The Three‐Dimensional Dynamic Geometry of the Left Ventricle in the Conscious Dog

The dynamic geometry of the left ventricle was assessed with the use of chronically implanted pulse-transit ultrasonic dimension transducers. The orientation of the transducers allowed the measurement of left ventricular minor and major axis diameters and equatorial wall thickness in the conscious dog. The left ventricle was modeled as a three-dimensional, prolate ellipsoidal shell. Left ventricular and pleural pressures were measured with high fidelity micTomanometers. Aortic blood flow was obtained with electromagnetic flow probes. To test the assumptions inherent in this technique, left ventricular mass, internal volume, stroke volume, and peak aortic flow were computed from the dimension data and compared to directly measured values. Correlation coefficients of 0.95 or greater were obtained for each of these comparisons. In addition, the calculated left ventricular mass was constant to within ±6% of the mean value throughout the cardiac cycle. We found that the dynamic contraction pattern of the left ventricle was dependent on the physiological state of the dog. Furthermore, in the conscious state, shortening of the minor axis diameter, lengthening of the major axis diameter, and slight thickening or thinning of the wall were noted during isovolumic contraction (isovolumic ellipticalization pattern). In the open-chested, anesthetized state, however, marked rearrangements in geometry were observed during isovolumic contraction manifested by lengthening of the minor axis diameter, shortening of the major axis diameter, and significant thickening of the wall (isovolumic sphericalization pattern). We also observed that left ventricular volume was significantly diminished in the open-chested state.
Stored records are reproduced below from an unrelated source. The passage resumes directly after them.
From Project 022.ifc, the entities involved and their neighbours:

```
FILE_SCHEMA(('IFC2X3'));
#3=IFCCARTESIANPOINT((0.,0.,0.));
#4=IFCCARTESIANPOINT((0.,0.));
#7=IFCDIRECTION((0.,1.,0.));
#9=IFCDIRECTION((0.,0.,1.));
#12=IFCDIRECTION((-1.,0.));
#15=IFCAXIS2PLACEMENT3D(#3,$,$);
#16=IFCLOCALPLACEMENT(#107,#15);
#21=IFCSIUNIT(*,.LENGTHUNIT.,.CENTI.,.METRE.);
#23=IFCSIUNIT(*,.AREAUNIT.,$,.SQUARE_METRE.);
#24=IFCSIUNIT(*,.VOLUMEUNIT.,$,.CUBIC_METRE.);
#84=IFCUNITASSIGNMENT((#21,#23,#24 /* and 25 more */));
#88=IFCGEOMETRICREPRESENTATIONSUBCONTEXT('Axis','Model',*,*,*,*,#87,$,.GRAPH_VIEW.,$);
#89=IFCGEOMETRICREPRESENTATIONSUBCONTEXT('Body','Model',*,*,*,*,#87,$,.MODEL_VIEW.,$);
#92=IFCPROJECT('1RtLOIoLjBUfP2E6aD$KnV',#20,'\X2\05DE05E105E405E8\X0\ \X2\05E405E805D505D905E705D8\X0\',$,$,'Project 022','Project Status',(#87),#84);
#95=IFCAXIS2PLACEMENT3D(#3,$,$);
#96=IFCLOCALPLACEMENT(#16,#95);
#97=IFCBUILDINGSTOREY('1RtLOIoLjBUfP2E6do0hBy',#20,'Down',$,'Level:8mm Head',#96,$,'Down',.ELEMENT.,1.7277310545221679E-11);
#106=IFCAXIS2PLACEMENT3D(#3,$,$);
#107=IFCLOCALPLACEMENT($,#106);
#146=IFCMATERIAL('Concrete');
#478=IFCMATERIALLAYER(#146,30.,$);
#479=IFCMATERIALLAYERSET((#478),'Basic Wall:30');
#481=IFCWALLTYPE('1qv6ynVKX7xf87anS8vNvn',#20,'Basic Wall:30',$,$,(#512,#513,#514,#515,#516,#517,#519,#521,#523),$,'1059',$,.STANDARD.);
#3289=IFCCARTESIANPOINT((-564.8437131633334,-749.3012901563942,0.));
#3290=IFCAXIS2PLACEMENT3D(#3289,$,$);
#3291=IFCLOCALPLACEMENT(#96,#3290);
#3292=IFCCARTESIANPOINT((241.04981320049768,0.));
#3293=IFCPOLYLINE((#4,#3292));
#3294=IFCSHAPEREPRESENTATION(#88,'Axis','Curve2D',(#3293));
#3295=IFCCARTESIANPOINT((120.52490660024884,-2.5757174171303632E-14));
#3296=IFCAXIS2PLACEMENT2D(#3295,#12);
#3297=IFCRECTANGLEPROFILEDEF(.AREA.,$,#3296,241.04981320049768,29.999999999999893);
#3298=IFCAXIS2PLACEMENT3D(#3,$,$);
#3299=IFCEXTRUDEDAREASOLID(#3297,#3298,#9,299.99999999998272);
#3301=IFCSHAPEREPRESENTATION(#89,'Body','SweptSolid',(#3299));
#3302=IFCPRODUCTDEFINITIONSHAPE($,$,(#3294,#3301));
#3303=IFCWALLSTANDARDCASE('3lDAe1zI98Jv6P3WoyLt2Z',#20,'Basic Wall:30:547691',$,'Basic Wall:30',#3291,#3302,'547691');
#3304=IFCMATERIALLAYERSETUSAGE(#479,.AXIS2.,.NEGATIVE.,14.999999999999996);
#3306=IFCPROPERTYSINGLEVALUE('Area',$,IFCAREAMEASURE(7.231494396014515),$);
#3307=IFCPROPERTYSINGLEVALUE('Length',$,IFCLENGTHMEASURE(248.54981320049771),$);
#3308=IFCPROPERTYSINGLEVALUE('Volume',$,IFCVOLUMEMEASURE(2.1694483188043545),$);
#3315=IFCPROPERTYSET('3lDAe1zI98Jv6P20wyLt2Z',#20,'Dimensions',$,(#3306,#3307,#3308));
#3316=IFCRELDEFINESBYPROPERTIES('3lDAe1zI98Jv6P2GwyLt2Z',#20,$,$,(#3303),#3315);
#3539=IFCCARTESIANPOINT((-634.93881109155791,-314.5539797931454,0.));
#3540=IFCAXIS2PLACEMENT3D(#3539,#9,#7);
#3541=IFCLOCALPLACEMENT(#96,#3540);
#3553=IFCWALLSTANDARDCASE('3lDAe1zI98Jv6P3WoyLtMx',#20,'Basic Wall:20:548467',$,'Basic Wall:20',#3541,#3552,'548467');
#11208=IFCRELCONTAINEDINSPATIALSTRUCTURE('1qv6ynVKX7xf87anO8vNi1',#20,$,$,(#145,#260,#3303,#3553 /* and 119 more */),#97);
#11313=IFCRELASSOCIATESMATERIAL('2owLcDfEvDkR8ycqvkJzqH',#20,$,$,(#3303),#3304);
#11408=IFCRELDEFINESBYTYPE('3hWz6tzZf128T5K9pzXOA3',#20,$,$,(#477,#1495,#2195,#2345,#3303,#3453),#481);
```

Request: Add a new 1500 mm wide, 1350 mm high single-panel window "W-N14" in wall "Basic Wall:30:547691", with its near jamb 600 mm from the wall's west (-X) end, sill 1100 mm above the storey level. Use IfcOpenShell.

```python
import numpy as np
import ifcopenshell
import ifcopenshell.api.feature
import ifcopenshell.api.geometry
import ifcopenshell.api.pset
import ifcopenshell.api.root
import ifcopenshell.api.spatial
import ifcopenshell.api.type
import ifcopenshell.geom
import ifcopenshell.util.element
import ifcopenshell.util.placement
import ifcopenshell.util.representation
import ifcopenshell.util.shape
import ifcopenshell.util.unit

model = ifcopenshell.open("Project 022.ifc")
unit_scale = ifcopenshell.util.unit.calculate_unit_scale(model)
area_scale = ifcopenshell.util.unit.calculate_unit_scale(model, "AREAUNIT")
volume_scale = ifcopenshell.util.unit.calculate_unit_scale(model, "VOLUMEUNIT")
settings = ifcopenshell.geom.settings()


def volume(element):
    """Net volume in cubic metres, openings subtracted."""
    shape = ifcopenshell.geom.create_shape(settings, element)
    return ifcopenshell.util.shape.get_volume(shape.geometry)


wall = model.by_guid("3lDAe1zI98Jv6P3WoyLt2Z")
storey = ifcopenshell.util.element.get_container(wall, ifc_class="IfcBuildingStorey")
context = ifcopenshell.util.representation.get_context(model, "Model", "Body", "MODEL_VIEW")
before = volume(wall)

width, height, from_end, sill = 1.5, 1.35, 0.6, 1.1  # metres

# The wall runs along its own X axis, and the end named is its -X end.
wall_shape = ifcopenshell.geom.create_shape(settings, wall)
x, y, z = ifcopenshell.util.shape.get_vertices(wall_shape.geometry).T
start = x.min() + from_end
face, thickness = float(y.min()), float(y.max() - y.min())
wall_matrix = ifcopenshell.util.placement.get_local_placement(wall.ObjectPlacement)
level = ifcopenshell.util.placement.get_local_placement(storey.ObjectPlacement)[2, 3]


def in_wall(x, y):
    """Placement at x, y metres in the wall's axes, at sill height."""
    matrix = wall_matrix.copy()
    matrix[:, 3] = wall_matrix @ np.array([x / unit_scale, y / unit_scale, 0.0, 1.0])
    matrix[2, 3] = level + sill / unit_scale
    return matrix


# Opening: a box that overshoots both wall faces by 50 mm.
opening = ifcopenshell.api.root.create_entity(model, ifc_class="IfcOpeningElement")
box = ifcopenshell.api.geometry.add_wall_representation(
    model, context=context, length=width, height=height, thickness=thickness + 0.1
)
ifcopenshell.api.geometry.assign_representation(model, product=opening, representation=box)
ifcopenshell.api.geometry.edit_object_placement(model, product=opening, matrix=in_wall(start, face - 0.05), is_si=False)
ifcopenshell.api.feature.add_feature(model, feature=opening, element=wall)

window = ifcopenshell.api.root.create_entity(model, ifc_class="IfcWindow", name="W-N14")
window.OverallWidth, window.OverallHeight = width / unit_scale, height / unit_scale
body = ifcopenshell.api.geometry.add_window_representation(
    model,
    context=context,
    overall_width=window.OverallWidth,
    overall_height=window.OverallHeight,
    partition_type="SINGLE_PANEL",
)
ifcopenshell.api.geometry.assign_representation(model, product=window, representation=body)
ifcopenshell.api.spatial.assign_container(model, products=[window], relating_structure=storey)
fills = ifcopenshell.api.feature.add_filling(model, opening=opening, element=window)
fills.OwnerHistory = window.OwnerHistory  # required in IFC2X3

# IFC2X3 keeps the operation on the window style.
style = ifcopenshell.api.root.create_entity(model, ifc_class="IfcWindowStyle", name="W-N14")
style.OperationType, style.ConstructionType = "SINGLE_PANEL", "NOTDEFINED"
style.ParameterTakesPrecedence = style.Sizeable = False
ifcopenshell.api.type.assign_type(model, related_objects=[window], relating_type=style)

# Centre the window in the wall's thickness.
ifcopenshell.api.geometry.edit_object_placement(model, product=window, matrix=in_wall(start, face), is_si=False)
window_shape = ifcopenshell.geom.create_shape(settings, window)
depth = ifcopenshell.util.shape.get_vertices(window_shape.geometry)[:, 1]
offset = face + thickness / 2 - (depth.min() + depth.max()) / 2
ifcopenshell.api.geometry.edit_object_placement(model, product=window, matrix=in_wall(start, offset), is_si=False)

after = volume(wall)

# Update the wall's stored quantities.
pset = model.by_id(ifcopenshell.util.element.get_pset(wall, "Dimensions", should_inherit=False)["id"])
ifcopenshell.api.pset.edit_pset(model, pset=pset, properties={
    "Area": model.create_entity("IfcAreaMeasure", after / thickness / area_scale),
    "Volume": model.create_entity("IfcVolumeMeasure", after / volume_scale),
})

print(f"wall volume {before:.3f} -> {after:.3f} m3")

model.write("Project 022_v2.ifc")
```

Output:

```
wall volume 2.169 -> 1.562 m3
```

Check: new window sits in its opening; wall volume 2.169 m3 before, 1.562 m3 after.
The isovolumic contraction pattern in open-chested dogs could be changed from sphericalization to ellipticalization by increasing end-diastolic volume with the infusion of saline. During a vena caval occlusion in the conscious state, the contraction pattern changed from isovolumic ellipticalization to isovolumic sphericalization as the end-diastolic volume decreased. Thus, the exact pattern of left ventricular contraction was found to be a function of left ventricular volume.